FCCM Main Page › Forums › Poster Session 4 – Applications and Architectures › High-Performance Parallel Radix Sort on FPGA
- This topic has 3 replies, 4 voices, and was last updated 3 weeks, 4 days ago by bashar.romanous.
-
AuthorPosts
-
-
April 8, 2020 at 6:25 am #1196Ken EguroKeymaster
High-Performance Parallel Radix Sort on FPGA – Link for PDF
Bashar Romanous (University of California, Riverside), Mohammadreza Rezvani (University of California, Riverside), Junjie Huang (University of California, Riverside), Daniel Wong (University of California, Riverside), Evangelos E. Papalexakis (University of California, Riverside), Vassilis J. Tsotras (University of California, Riverside), and Walid Najjar (University of California, Riverside)
-
May 5, 2020 at 5:56 am #1594davidsidlerParticipant
Hey there,
Interesting work. How many radix bits can you support? Do you have to do multiple passes over the data for large data sets or high cardinality?
How this compare to the CPU?
On the CPU you benefit from write-combining through the use of SIMD stores, are you implementing a similar mechanism on the FPGA? if so at what threshold are you writing to DRAM?At a more high-level, how does your approach compare to sorting networks in existing work?
David
-
May 5, 2020 at 4:01 pm #1607Dustin RichmondKeymaster
Thank you for posting your question!
-
May 6, 2020 at 3:43 am #1647bashar.romanousParticipant
Hello David,
Thank you for your interest in our work!
How many radix bits can you support?
We support radix of 16 bits on Xilinx UltraScale+ XCVU7P chip, but a chip with larger BRAM/URAM such as Xilinx UltraScale+ XCVU13P would make a radix of 20 bits possible.
Do you have to do multiple passes over the data for large data sets or high cardinality
The number of iterations is not related to the dataset size but by the radix. So for example a radix of 16 bits with 80-bit keys, means that 80/16 = 5 iterations are needed. The cardinality of the dataset doesn’t affect the sorting time.

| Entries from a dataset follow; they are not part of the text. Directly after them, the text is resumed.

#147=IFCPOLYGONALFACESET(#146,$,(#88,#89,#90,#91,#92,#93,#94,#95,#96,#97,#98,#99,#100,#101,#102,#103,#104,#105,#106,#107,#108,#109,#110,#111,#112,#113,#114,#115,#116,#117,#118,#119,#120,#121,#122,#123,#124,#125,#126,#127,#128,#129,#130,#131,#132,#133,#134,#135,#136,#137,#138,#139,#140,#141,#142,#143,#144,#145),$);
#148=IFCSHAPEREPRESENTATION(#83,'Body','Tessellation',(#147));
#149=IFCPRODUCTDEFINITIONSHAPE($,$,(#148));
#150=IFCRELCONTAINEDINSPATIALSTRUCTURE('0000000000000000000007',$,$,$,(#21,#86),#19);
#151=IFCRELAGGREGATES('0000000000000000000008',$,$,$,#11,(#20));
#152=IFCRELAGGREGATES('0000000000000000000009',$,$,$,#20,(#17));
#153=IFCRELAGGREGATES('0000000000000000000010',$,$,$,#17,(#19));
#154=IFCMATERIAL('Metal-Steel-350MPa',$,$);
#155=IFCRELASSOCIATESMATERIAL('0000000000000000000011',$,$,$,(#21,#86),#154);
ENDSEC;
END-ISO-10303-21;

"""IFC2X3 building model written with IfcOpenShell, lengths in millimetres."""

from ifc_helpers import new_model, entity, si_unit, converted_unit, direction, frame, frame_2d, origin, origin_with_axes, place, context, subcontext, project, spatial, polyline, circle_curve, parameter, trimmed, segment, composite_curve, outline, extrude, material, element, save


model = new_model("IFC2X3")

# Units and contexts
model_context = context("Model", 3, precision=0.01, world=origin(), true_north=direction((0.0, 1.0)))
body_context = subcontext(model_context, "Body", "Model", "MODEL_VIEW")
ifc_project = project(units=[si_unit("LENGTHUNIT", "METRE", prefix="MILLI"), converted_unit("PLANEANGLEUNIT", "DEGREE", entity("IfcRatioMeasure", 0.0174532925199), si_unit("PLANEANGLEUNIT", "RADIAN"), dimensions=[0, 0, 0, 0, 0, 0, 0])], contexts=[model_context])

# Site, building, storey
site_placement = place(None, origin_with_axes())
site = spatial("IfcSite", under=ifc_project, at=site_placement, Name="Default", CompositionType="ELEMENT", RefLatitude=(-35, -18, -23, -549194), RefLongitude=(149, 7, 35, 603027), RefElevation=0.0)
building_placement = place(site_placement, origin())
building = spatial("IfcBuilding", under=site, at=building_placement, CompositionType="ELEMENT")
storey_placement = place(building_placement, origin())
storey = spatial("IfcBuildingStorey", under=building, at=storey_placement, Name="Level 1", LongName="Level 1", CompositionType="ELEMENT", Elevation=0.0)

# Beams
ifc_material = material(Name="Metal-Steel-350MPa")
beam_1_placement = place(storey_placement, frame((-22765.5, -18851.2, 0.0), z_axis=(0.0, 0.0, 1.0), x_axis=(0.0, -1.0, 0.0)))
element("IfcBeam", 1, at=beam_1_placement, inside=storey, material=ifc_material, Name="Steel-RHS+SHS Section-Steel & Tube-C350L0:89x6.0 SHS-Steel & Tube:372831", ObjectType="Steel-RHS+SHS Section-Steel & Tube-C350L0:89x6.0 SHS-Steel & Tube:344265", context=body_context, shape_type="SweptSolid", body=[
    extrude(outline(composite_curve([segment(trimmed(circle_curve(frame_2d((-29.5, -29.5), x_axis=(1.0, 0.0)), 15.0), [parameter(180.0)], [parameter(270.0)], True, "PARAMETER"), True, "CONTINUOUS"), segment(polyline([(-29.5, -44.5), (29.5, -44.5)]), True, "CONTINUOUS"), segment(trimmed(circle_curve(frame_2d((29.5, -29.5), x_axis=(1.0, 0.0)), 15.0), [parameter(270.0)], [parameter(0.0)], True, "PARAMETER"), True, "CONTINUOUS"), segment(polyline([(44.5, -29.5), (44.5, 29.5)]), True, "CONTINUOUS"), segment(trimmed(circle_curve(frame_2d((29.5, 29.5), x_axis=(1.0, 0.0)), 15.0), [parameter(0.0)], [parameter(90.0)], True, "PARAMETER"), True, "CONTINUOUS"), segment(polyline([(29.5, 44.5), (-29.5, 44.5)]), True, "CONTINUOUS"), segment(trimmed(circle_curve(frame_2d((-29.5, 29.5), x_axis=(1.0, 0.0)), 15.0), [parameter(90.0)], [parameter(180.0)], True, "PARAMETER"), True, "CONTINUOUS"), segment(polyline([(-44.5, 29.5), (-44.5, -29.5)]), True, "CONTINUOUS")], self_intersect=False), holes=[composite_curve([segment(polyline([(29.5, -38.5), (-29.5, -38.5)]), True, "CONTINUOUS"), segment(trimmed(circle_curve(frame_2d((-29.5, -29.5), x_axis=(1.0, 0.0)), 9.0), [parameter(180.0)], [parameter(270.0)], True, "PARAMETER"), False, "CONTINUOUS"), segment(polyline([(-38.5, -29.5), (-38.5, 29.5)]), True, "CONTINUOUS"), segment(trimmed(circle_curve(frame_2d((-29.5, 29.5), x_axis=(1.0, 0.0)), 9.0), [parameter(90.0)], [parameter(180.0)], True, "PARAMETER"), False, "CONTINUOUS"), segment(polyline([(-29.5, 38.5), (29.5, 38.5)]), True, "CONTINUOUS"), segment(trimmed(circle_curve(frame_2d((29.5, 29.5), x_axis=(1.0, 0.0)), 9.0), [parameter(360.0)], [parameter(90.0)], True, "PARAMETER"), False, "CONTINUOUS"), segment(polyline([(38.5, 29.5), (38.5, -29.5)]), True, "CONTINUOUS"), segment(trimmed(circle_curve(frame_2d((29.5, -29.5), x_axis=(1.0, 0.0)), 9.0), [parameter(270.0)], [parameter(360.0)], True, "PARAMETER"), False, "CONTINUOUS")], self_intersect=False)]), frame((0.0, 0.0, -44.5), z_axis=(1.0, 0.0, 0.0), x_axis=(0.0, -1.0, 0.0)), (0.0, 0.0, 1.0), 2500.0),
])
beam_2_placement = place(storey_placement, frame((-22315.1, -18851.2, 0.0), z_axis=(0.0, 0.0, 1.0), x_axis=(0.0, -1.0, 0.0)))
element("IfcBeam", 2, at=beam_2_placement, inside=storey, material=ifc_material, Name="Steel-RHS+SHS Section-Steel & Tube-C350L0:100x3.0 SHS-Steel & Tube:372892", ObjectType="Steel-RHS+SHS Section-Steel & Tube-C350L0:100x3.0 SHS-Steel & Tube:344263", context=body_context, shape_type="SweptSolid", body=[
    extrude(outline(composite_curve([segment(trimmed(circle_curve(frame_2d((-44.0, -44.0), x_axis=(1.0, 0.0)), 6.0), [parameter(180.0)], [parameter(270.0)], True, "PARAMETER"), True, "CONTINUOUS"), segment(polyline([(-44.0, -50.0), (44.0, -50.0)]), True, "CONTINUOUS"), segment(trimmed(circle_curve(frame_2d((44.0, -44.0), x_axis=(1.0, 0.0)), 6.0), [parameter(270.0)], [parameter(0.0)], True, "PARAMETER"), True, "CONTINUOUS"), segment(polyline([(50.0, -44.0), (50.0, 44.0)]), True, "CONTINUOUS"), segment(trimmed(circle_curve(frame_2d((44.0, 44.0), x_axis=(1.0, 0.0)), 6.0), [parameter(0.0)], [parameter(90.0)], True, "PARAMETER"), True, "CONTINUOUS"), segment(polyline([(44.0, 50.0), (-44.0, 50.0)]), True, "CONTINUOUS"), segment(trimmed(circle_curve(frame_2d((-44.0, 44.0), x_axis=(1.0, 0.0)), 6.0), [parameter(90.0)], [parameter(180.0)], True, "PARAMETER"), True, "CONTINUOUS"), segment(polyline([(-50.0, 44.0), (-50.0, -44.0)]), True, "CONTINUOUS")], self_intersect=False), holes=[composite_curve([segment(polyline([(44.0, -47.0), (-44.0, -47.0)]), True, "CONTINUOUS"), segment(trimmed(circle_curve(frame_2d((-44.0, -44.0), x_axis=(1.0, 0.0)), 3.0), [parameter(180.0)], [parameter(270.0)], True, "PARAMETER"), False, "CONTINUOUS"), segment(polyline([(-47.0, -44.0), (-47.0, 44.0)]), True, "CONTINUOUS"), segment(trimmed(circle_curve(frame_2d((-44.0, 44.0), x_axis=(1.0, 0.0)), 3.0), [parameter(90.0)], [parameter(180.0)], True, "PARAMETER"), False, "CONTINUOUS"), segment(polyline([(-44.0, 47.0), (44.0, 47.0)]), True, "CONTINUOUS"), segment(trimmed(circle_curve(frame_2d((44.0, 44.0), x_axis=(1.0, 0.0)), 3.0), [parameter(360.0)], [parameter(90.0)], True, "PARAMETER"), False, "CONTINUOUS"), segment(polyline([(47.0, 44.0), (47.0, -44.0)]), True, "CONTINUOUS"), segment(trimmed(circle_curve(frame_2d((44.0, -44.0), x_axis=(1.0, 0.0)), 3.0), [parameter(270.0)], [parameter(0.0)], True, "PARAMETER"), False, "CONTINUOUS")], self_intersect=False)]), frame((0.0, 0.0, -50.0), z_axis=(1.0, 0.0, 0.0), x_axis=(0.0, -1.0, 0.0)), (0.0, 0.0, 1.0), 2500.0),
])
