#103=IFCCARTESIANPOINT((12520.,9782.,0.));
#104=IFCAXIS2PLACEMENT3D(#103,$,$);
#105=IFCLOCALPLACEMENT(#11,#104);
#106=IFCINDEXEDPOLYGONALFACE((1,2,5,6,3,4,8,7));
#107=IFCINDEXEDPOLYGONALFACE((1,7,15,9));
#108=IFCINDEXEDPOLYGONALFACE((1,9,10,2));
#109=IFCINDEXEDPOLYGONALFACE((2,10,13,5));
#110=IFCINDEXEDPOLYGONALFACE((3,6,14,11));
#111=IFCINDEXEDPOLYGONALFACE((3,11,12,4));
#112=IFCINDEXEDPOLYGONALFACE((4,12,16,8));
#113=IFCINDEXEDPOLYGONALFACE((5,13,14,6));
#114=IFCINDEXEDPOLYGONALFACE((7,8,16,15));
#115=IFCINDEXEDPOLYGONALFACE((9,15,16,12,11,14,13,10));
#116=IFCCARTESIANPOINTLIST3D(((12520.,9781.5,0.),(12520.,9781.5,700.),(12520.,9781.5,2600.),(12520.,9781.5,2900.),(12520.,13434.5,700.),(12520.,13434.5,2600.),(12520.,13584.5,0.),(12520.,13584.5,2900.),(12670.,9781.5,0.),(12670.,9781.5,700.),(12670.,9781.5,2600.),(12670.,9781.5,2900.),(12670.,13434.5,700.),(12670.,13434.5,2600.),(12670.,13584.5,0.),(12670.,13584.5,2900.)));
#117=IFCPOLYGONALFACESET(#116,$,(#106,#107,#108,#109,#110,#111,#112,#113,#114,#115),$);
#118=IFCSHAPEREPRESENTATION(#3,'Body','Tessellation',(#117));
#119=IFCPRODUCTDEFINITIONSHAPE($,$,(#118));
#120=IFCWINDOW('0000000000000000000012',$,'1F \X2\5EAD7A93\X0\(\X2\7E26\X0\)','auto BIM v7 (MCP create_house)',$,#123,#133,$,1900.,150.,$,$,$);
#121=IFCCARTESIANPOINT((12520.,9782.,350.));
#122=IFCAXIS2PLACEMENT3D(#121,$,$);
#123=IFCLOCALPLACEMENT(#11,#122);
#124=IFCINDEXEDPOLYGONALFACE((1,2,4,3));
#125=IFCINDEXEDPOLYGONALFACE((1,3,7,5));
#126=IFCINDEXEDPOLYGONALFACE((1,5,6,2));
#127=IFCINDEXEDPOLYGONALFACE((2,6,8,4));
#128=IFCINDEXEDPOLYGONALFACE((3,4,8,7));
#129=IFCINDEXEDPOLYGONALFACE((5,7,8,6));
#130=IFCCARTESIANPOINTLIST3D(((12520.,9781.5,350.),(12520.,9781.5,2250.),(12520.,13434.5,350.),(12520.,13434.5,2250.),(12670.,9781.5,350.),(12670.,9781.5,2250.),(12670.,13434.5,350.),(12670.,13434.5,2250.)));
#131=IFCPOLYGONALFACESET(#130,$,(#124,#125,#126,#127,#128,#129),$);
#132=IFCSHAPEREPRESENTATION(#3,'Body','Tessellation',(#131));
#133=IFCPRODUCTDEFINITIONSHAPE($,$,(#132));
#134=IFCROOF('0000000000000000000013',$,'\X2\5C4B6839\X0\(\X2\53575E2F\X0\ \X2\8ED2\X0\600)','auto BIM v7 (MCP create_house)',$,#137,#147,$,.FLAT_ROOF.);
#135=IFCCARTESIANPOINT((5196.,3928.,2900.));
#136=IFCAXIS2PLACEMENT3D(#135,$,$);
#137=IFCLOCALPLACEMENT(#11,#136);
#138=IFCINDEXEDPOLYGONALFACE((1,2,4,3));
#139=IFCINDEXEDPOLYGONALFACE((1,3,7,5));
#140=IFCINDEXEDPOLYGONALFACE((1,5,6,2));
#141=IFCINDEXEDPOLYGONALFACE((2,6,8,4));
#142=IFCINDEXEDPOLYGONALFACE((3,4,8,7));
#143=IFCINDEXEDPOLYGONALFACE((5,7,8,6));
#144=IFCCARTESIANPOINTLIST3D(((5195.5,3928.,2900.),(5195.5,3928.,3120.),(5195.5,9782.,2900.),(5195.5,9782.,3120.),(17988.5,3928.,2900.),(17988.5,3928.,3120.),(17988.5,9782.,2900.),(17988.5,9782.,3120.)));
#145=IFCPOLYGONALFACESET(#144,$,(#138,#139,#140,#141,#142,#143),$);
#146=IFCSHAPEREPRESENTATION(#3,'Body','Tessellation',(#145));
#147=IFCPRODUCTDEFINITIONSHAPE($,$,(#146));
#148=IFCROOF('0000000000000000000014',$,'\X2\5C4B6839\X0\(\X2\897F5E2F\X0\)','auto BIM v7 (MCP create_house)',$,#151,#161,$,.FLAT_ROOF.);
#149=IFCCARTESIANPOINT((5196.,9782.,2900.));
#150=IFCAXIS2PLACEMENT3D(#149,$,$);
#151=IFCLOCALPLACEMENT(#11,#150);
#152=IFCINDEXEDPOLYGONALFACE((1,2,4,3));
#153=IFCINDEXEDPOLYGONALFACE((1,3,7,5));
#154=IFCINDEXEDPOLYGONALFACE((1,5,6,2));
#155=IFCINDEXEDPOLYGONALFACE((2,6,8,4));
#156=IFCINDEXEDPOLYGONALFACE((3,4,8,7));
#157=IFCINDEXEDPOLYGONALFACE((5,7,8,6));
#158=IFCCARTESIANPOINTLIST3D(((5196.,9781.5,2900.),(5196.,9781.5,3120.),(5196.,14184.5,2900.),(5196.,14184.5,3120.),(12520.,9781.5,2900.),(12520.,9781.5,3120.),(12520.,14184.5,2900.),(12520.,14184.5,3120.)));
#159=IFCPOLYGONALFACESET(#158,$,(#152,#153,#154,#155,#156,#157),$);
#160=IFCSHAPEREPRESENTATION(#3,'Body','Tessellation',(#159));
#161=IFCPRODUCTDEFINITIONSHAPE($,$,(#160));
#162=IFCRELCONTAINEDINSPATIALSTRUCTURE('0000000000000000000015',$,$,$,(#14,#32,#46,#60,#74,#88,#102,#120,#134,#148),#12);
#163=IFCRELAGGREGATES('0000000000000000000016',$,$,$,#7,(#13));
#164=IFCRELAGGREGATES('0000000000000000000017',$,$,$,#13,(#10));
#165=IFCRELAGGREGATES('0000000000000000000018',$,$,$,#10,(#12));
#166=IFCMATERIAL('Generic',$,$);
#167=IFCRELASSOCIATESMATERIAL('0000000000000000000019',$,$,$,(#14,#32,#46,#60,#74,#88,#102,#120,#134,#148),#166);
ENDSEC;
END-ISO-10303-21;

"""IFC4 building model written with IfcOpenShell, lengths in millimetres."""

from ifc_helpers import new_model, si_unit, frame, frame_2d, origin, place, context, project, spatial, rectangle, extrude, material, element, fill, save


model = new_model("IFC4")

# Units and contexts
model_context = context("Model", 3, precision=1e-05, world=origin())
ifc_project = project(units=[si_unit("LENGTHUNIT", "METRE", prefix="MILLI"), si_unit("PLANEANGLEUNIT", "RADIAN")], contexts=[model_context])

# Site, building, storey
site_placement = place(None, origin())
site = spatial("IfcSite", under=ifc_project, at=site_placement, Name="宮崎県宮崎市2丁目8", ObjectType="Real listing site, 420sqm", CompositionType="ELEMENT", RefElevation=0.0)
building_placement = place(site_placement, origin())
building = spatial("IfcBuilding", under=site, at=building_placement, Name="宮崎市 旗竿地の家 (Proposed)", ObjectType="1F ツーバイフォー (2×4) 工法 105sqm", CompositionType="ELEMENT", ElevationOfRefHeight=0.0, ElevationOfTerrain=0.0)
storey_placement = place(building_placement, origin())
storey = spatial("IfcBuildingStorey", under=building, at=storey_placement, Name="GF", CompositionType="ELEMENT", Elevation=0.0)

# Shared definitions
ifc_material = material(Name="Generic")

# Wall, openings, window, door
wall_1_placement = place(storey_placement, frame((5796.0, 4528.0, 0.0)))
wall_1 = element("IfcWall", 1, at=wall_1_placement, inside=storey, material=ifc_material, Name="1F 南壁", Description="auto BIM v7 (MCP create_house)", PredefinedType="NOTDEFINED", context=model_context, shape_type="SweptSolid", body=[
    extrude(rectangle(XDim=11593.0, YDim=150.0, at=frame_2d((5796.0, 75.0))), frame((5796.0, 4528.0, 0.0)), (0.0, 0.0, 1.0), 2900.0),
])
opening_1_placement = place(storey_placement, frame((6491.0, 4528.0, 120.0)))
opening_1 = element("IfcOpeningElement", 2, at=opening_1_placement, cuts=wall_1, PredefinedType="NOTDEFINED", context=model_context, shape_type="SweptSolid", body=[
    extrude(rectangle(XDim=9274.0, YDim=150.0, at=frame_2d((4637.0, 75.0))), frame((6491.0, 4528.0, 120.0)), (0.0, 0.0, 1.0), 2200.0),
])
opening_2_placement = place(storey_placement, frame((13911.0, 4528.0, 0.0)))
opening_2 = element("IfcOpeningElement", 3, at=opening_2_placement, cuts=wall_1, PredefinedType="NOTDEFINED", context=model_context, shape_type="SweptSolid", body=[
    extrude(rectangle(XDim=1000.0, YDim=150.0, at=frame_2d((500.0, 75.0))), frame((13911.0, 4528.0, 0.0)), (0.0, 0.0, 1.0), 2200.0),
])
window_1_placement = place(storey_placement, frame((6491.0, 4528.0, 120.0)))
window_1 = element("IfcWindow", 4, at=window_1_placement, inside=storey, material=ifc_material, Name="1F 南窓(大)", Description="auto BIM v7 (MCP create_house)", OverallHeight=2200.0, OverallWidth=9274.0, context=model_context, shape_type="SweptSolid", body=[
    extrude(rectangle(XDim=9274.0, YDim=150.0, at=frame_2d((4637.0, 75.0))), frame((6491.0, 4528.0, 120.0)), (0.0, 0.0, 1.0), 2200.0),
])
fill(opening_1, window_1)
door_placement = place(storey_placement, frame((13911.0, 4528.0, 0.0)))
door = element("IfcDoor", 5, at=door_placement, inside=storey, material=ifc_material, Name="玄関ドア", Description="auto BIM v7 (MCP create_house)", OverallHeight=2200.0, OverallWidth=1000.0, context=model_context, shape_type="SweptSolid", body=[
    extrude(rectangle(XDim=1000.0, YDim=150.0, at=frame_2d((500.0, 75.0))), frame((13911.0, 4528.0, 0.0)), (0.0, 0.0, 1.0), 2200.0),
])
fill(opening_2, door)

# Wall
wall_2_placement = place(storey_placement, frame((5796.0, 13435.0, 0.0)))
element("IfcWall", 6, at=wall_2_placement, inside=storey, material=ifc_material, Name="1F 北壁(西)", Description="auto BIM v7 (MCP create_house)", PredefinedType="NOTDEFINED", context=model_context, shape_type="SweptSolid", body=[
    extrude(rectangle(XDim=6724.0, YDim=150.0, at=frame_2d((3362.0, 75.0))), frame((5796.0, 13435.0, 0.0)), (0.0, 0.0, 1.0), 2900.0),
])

How this compare to the CPU?
CPU performance starts to degrade slowly after a peak when dataset size grows as cache misses grow and the the dataset competes with the OS for memory resources. The FPGA throughput is constant for large datasets. However, the very high frequency of CPUs cores, and large memory BW, makes the comparison in terms of raw throughput difficult. Hence, the figures were normalized by BW and throughput in terms of sorted records per cycle.
On the CPU you benefit from write-combining through the use of SIMD stores, are you implementing a similar mechanism on the FPGA? if so at what threshold are you writing to DRAM?
We didn’t implement a s similar mechanism as there are no spacial locality in the writes. The writes are not contiguous and take place in scattered fashion.
At a more high-level, how does your approach compare to sorting networks in existing work?
The time complexity of distribution-based sort, Radix Sort, is O(N*B) where N is the dataset size and B is the number of iterations; which is ratio between the key size to radix. In comparison-based sort, as used in sorting networks, the time complexity is O(N*LOG(N)).
Sorting networks are limited by their scalability. For a larger dataset you have to run multiple iterations on the sorting network and requires merging of the sorted sub-datasets at the end.
Kindest regards,
Bashar
-
-
AuthorPosts
- You must be logged in to reply to this topic.